##### Study material
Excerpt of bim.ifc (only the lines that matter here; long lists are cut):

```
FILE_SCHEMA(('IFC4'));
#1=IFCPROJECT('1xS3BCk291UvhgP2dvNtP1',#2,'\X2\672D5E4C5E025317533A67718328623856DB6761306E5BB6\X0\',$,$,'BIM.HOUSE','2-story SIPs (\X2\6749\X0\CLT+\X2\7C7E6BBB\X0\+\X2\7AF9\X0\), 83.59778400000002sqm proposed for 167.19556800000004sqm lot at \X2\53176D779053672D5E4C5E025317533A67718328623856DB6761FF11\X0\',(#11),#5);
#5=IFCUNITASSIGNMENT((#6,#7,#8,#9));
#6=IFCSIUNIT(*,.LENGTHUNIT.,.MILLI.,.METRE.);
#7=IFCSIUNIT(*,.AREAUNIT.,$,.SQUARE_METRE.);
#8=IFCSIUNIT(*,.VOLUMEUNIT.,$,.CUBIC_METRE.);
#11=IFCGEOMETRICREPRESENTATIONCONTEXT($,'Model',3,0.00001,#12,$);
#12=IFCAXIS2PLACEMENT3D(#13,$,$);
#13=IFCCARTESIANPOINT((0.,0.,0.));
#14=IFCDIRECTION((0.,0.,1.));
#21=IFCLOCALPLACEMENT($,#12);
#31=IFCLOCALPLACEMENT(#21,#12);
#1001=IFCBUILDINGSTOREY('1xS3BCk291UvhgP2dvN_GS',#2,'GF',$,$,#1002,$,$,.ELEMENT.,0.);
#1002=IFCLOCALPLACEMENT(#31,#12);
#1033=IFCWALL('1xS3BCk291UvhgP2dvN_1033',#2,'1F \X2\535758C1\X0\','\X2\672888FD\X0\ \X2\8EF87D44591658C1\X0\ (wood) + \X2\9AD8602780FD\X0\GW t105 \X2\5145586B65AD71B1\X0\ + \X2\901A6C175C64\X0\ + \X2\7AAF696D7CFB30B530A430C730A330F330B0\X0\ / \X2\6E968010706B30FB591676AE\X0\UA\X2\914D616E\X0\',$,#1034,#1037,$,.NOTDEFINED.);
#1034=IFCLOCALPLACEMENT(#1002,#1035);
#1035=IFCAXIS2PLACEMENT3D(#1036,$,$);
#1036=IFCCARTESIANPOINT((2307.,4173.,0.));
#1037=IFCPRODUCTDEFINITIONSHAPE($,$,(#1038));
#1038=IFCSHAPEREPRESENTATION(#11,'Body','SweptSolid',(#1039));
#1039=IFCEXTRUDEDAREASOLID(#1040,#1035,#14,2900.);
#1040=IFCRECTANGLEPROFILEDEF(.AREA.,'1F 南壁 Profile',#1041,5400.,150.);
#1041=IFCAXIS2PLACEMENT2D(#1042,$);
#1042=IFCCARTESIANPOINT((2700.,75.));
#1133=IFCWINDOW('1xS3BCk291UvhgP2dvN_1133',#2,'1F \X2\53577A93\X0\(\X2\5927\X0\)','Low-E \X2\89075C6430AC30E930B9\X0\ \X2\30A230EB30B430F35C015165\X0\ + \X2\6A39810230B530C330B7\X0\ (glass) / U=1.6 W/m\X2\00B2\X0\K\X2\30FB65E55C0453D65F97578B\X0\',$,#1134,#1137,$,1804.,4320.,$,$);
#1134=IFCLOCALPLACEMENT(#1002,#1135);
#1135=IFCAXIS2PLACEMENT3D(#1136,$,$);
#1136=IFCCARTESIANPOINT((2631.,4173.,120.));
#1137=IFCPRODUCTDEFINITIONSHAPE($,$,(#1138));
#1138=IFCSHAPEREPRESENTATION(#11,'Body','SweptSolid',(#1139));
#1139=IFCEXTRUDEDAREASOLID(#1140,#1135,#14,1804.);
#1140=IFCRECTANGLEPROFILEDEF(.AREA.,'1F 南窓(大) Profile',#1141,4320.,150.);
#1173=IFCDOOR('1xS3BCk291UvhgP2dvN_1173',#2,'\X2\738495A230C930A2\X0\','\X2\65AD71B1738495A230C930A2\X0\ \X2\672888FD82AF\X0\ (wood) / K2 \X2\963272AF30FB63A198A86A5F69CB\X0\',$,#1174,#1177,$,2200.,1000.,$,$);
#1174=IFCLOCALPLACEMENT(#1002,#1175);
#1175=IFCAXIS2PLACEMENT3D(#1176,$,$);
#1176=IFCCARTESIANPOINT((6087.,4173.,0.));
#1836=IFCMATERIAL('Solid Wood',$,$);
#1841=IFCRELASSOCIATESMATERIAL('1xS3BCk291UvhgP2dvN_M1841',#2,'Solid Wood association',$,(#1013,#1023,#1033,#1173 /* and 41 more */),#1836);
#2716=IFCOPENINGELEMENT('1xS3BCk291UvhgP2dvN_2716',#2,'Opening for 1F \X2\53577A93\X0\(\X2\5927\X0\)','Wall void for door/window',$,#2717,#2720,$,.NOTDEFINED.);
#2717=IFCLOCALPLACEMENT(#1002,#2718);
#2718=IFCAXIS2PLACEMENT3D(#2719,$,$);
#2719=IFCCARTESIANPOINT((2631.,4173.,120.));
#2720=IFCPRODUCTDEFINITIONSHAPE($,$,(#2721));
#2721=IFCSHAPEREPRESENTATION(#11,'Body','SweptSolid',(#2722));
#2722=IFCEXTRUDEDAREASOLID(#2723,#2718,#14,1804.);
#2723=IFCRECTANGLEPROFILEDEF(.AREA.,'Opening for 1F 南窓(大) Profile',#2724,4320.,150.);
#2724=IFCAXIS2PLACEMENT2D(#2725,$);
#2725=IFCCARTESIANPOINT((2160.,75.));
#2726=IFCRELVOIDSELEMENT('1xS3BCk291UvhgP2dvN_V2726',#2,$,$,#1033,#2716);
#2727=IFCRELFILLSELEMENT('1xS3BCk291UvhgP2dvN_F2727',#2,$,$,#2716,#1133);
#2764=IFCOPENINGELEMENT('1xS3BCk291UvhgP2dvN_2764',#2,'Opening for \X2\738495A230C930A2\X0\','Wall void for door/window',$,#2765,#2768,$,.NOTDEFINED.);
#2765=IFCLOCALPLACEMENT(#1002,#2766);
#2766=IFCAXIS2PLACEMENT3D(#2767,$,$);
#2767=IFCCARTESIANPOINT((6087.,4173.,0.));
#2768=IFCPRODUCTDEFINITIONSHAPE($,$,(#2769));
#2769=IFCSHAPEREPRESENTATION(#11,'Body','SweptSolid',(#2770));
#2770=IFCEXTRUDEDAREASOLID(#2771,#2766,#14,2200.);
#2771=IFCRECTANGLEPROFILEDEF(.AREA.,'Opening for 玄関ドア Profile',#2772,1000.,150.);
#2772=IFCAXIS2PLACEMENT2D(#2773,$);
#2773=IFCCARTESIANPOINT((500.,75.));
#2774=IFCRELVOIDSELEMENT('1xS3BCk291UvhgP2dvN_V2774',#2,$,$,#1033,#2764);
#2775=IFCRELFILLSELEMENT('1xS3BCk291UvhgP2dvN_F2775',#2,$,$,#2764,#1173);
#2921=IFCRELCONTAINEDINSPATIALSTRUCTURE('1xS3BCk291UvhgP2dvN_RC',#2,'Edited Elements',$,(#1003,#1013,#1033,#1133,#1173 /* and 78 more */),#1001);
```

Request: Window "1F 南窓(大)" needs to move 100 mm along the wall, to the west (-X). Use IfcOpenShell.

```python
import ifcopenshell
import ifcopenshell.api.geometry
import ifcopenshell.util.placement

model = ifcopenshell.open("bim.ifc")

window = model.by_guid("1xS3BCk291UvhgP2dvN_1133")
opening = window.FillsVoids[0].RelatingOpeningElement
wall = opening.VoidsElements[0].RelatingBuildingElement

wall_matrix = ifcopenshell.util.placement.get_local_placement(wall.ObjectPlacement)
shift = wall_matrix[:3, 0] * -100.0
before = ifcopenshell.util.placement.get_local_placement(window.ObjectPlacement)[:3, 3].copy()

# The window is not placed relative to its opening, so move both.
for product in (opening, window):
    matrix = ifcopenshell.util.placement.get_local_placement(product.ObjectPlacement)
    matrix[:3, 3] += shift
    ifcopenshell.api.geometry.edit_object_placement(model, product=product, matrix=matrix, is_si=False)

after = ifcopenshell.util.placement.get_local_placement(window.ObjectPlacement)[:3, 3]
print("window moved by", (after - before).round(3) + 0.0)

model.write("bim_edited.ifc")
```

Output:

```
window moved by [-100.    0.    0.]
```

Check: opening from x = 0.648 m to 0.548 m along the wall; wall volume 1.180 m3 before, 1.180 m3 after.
##########
Try it:
Where a line in the preceding listing contains the word "IFCSHAPEREPRESENTATION", include it in your count, and reply with that number alone.

Response box:
4